● **SUPPLIED MATERIAL**
* * *

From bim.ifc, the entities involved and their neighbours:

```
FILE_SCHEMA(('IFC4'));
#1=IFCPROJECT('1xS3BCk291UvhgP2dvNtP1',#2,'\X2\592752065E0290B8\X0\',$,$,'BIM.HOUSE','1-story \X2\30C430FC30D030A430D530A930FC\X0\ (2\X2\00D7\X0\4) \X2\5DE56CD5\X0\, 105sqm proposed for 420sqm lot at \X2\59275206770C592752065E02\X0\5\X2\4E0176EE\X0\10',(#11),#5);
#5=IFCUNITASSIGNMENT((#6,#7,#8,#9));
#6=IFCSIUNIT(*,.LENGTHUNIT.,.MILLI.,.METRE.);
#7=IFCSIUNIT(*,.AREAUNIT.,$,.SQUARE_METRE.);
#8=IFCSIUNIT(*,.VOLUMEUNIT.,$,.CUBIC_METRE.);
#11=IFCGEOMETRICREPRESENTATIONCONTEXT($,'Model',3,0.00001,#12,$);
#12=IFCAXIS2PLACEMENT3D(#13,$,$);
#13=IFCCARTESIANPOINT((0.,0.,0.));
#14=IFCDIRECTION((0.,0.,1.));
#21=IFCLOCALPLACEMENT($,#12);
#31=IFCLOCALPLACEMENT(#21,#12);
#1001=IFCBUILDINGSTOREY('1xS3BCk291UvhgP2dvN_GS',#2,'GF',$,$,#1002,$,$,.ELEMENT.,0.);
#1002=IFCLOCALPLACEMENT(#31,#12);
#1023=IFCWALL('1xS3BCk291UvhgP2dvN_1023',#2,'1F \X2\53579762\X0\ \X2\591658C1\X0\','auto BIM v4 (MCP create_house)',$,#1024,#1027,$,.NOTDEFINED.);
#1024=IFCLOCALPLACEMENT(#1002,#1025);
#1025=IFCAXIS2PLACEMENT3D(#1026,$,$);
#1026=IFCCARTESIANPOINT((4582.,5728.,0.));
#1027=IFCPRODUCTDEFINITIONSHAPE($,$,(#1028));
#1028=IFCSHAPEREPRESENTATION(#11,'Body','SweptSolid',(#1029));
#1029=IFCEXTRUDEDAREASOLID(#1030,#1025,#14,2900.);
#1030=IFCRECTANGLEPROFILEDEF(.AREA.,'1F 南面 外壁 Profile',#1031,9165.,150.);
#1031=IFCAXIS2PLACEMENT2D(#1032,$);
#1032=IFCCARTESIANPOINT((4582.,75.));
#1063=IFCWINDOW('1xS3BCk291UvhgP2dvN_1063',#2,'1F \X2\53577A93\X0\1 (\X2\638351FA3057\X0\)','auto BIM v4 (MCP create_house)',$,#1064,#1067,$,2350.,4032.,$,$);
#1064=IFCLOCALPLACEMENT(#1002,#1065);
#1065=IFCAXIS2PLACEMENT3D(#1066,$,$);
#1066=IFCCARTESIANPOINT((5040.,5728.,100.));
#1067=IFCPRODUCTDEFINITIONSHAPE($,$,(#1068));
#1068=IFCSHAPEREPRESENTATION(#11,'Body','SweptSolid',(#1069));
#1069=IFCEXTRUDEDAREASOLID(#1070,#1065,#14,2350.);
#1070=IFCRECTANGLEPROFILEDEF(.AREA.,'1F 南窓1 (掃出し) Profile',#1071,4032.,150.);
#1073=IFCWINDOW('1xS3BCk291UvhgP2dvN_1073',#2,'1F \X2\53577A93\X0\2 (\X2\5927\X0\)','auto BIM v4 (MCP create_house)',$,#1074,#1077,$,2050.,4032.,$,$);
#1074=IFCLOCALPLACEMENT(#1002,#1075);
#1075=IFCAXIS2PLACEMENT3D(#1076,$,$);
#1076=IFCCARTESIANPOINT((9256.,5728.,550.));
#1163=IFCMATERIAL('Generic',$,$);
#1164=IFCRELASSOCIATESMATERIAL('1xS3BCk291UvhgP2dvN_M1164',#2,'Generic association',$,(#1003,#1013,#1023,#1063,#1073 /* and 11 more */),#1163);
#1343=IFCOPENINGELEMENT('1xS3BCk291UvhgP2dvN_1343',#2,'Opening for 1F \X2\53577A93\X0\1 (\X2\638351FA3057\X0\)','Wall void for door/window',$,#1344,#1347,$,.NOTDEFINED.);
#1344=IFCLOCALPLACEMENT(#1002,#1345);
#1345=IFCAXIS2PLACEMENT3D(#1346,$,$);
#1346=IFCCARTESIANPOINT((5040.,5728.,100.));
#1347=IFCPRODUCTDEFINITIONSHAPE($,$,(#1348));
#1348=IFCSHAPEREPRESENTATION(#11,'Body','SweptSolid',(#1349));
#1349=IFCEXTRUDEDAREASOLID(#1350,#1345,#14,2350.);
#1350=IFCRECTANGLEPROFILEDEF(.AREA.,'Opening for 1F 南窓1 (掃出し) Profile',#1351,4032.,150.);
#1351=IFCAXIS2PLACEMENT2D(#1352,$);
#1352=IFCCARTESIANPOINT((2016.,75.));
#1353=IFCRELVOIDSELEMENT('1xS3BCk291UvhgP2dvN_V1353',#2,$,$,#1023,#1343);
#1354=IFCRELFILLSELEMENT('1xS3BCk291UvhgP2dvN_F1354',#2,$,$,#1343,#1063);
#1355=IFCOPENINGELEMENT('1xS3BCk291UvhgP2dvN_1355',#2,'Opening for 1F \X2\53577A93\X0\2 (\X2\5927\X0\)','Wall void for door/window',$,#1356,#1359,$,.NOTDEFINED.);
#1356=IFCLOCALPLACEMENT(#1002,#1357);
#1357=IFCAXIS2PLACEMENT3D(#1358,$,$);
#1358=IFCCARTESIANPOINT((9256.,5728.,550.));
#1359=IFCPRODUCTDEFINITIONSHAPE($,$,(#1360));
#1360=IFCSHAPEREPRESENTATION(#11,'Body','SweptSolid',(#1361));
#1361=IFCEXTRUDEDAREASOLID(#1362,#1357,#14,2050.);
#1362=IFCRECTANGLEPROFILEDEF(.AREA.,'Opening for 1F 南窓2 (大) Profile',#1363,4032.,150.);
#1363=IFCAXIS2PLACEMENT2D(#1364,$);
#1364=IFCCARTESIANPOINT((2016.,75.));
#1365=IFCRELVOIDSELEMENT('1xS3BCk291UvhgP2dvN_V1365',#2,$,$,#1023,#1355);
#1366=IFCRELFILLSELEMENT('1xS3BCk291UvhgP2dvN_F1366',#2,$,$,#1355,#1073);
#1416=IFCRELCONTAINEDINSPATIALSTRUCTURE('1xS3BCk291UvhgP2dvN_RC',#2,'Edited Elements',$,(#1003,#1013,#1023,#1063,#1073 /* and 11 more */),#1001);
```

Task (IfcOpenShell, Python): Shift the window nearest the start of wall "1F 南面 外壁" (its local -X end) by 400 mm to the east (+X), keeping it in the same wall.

```python
import ifcopenshell
import ifcopenshell.api.geometry
import ifcopenshell.util.placement

model = ifcopenshell.open("bim.ifc")

window = model.by_guid("1xS3BCk291UvhgP2dvN_1063")
opening = window.FillsVoids[0].RelatingOpeningElement
wall = opening.VoidsElements[0].RelatingBuildingElement

wall_matrix = ifcopenshell.util.placement.get_local_placement(wall.ObjectPlacement)
shift = wall_matrix[:3, 0] * 400.0
before = ifcopenshell.util.placement.get_local_placement(window.ObjectPlacement)[:3, 3].copy()

# The window is not placed relative to its opening, so move both.
for product in (opening, window):
    matrix = ifcopenshell.util.placement.get_local_placement(product.ObjectPlacement)
    matrix[:3, 3] += shift
    ifcopenshell.api.geometry.edit_object_placement(model, product=product, matrix=matrix, is_si=False)

after = ifcopenshell.util.placement.get_local_placement(window.ObjectPlacement)[:3, 3]
print("window moved by", (after - before).round(3) + 0.0)

model.write("bim_v2.ifc")
```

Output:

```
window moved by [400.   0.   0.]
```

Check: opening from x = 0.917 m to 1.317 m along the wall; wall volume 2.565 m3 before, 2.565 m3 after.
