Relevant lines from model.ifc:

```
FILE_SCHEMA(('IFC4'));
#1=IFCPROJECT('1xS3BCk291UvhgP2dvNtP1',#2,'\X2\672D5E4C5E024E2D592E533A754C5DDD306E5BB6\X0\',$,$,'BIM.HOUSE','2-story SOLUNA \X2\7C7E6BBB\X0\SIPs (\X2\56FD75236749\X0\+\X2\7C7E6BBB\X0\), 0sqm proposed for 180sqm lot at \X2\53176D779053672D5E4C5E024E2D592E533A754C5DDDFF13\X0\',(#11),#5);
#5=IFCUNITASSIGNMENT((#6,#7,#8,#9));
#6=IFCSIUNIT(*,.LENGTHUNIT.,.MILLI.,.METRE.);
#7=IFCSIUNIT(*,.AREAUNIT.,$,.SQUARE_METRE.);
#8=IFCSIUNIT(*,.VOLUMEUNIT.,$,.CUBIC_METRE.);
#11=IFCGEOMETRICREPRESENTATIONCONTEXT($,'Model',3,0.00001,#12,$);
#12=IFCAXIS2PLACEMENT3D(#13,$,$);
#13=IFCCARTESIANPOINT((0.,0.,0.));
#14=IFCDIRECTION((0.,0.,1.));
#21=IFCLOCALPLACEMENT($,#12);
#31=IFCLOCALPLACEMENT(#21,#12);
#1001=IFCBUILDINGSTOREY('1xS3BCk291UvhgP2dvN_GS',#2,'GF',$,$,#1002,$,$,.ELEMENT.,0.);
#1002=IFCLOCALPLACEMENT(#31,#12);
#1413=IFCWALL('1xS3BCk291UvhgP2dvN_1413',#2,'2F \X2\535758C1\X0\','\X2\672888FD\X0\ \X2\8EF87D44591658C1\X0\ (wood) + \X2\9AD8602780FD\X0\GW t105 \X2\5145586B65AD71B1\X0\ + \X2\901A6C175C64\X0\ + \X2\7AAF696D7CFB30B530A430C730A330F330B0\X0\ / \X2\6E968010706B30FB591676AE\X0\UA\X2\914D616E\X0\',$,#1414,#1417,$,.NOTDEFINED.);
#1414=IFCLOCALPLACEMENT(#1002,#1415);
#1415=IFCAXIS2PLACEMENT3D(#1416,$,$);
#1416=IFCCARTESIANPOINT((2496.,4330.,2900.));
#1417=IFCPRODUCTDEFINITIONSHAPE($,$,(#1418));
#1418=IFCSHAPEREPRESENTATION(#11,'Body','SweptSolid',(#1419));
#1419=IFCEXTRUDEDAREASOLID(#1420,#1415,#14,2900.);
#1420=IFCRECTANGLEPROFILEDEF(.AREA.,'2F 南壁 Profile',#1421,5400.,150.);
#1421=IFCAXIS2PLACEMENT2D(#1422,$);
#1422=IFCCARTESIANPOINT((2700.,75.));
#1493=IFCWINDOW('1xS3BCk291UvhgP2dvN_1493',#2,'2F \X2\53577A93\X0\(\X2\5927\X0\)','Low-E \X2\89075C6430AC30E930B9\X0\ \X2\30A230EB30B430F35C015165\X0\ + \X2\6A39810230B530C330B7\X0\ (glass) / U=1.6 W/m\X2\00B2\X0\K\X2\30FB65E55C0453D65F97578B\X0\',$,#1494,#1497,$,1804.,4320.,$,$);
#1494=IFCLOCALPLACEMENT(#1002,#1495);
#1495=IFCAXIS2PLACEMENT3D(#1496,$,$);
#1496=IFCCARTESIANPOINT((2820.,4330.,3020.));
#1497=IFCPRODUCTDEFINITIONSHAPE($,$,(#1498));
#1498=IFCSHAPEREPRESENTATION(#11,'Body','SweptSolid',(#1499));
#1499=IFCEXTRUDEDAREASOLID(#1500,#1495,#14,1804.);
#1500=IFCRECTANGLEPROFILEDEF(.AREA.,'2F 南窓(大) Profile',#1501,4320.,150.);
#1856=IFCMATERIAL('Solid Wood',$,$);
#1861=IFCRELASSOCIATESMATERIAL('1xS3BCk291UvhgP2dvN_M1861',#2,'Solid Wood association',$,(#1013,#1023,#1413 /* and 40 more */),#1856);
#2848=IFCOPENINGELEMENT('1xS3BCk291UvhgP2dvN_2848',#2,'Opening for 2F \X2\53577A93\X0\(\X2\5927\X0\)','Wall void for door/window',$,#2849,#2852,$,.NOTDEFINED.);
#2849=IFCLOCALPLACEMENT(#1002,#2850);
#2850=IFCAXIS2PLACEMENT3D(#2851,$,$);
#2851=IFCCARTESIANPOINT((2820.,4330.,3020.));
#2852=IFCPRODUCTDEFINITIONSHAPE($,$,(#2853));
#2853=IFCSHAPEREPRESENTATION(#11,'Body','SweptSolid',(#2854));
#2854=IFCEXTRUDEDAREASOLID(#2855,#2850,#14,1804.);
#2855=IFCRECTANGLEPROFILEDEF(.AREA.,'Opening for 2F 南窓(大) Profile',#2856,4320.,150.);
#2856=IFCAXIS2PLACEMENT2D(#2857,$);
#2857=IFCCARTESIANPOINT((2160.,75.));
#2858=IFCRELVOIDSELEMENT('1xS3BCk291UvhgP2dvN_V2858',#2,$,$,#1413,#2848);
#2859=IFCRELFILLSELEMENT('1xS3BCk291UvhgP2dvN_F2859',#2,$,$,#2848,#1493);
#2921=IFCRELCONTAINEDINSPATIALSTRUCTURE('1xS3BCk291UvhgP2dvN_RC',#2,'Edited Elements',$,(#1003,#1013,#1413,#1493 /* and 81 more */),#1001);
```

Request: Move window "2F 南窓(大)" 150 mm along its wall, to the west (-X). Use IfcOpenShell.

```python
import ifcopenshell
import ifcopenshell.api.geometry
import ifcopenshell.util.placement
import ifcopenshell.util.unit

model = ifcopenshell.open("model.ifc")
unit_scale = ifcopenshell.util.unit.calculate_unit_scale(model)

window = model.by_id(1493)
opening = window.FillsVoids[0].RelatingOpeningElement
wall = opening.VoidsElements[0].RelatingBuildingElement

wall_matrix = ifcopenshell.util.placement.get_local_placement(wall.ObjectPlacement)
shift = wall_matrix[:3, 0] * -0.15 / unit_scale
before = ifcopenshell.util.placement.get_local_placement(window.ObjectPlacement)[:3, 3].copy()

# The window is not placed relative to its opening, so move both.
for product in (opening, window):
    matrix = ifcopenshell.util.placement.get_local_placement(product.ObjectPlacement)
    matrix[:3, 3] += shift
    ifcopenshell.api.geometry.edit_object_placement(model, product=product, matrix=matrix, is_si=False)

after = ifcopenshell.util.placement.get_local_placement(window.ObjectPlacement)[:3, 3]
print("window moved by", (after - before).round(3) + 0.0)

model.write("model_rev.ifc")
```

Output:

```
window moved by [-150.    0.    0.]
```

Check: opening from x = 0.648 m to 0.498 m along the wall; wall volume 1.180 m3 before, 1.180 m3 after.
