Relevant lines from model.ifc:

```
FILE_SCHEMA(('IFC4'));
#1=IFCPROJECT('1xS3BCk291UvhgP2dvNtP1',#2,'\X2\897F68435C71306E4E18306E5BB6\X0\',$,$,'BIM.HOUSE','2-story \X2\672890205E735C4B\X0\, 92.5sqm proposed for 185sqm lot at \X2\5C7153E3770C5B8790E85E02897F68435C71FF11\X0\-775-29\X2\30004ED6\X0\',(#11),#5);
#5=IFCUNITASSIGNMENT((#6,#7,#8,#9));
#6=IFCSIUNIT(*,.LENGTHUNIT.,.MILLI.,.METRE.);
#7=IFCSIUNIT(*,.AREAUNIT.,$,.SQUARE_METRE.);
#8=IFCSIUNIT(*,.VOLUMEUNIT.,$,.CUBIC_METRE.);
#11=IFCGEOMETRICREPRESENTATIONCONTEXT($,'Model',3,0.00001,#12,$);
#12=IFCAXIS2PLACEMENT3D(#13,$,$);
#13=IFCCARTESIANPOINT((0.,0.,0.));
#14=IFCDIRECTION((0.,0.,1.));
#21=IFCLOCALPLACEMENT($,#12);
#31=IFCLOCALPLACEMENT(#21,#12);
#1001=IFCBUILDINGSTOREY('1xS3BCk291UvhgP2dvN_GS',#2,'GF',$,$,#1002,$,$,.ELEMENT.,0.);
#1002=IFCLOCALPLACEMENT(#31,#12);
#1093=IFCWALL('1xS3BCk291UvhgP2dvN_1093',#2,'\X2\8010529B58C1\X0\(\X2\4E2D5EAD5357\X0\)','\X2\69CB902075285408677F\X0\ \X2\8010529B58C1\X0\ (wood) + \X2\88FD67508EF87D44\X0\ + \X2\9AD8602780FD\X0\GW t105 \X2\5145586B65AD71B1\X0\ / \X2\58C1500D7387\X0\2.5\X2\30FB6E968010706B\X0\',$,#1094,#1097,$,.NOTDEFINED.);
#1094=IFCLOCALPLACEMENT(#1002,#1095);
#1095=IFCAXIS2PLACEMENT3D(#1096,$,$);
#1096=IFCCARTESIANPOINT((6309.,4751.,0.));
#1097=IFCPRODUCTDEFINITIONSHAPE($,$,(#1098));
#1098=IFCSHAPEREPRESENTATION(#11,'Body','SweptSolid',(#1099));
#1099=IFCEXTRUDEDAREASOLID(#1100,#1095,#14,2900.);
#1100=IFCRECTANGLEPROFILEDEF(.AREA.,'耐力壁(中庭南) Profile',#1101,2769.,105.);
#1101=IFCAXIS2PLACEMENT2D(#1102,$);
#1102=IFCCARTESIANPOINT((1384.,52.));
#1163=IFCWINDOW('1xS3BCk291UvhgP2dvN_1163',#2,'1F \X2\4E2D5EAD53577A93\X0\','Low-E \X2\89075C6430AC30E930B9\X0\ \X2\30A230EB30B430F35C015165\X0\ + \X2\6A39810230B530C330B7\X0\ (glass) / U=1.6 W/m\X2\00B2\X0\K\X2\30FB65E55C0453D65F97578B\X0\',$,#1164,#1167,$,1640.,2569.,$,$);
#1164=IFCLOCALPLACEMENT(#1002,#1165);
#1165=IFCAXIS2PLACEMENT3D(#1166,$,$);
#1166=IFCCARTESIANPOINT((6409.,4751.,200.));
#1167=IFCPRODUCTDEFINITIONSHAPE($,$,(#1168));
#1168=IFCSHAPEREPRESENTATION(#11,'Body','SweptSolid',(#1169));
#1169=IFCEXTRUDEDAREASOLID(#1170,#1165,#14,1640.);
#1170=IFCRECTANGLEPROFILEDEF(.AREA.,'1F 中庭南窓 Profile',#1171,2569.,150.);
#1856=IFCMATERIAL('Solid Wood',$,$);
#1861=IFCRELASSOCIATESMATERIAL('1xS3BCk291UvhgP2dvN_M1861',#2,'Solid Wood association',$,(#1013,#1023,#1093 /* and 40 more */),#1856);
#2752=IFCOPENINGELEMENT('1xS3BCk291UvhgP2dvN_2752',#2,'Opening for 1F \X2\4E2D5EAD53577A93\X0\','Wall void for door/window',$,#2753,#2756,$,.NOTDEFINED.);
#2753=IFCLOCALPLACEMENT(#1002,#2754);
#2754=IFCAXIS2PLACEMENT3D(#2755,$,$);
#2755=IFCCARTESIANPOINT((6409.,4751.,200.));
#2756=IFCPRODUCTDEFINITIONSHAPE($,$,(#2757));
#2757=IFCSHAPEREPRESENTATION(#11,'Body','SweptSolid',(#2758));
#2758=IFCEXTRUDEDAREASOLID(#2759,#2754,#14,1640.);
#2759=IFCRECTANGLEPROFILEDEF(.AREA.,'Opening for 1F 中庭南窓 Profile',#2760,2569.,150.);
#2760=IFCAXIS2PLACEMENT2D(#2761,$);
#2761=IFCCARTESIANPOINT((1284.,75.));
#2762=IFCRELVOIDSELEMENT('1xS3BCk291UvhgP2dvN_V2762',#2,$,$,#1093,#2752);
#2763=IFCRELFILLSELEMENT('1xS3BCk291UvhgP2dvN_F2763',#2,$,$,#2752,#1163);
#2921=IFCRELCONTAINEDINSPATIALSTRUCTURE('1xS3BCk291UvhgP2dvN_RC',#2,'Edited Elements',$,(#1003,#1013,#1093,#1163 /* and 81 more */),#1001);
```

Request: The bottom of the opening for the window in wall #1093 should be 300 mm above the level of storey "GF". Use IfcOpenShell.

```python
import numpy as np
import ifcopenshell
import ifcopenshell.api.geometry
import ifcopenshell.geom
import ifcopenshell.util.element
import ifcopenshell.util.placement
import ifcopenshell.util.shape
import ifcopenshell.util.unit

model = ifcopenshell.open("model.ifc")
unit_scale = ifcopenshell.util.unit.calculate_unit_scale(model)

window = model.by_id(1163)
opening = window.FillsVoids[0].RelatingOpeningElement
storey = ifcopenshell.util.element.get_container(window, ifc_class="IfcBuildingStorey")
level = ifcopenshell.util.placement.get_local_placement(storey.ObjectPlacement)[2, 3]

# The opening's origin need not be at the sill, so measure its lowest point.
shape = ifcopenshell.geom.create_shape(ifcopenshell.geom.settings(), opening)
bottom = ifcopenshell.util.shape.get_shape_bottom_elevation(shape, shape.geometry) / unit_scale
dz = level + 0.3 / unit_scale - bottom

shift = np.array([0.0, 0.0, dz])
# The window is not placed relative to its opening, so move both.
for product in (opening, window):
    matrix = ifcopenshell.util.placement.get_local_placement(product.ObjectPlacement)
    matrix[:3, 3] += shift
    ifcopenshell.api.geometry.edit_object_placement(model, product=product, matrix=matrix, is_si=False)

print(f"moved by {dz * unit_scale:+.3f} m")

model.write("model_v2.ifc")
```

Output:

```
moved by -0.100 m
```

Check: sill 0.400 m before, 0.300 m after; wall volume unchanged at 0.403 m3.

* * *

● **ABOUT THIS TASK**
Every line that holds the word "Generic" should be copied from the listing.

● **RESULT OF THIS TASK**
#1163=IFCMATERIAL('Generic',$,$);
#1164=IFCRELASSOCIATESMATERIAL('1xS3BCk291UvhgP2dvN_M1164',#2,'Generic association',$,(#1003,#1013,#1023,#1063,#1073 /* and 11 more */),#1163);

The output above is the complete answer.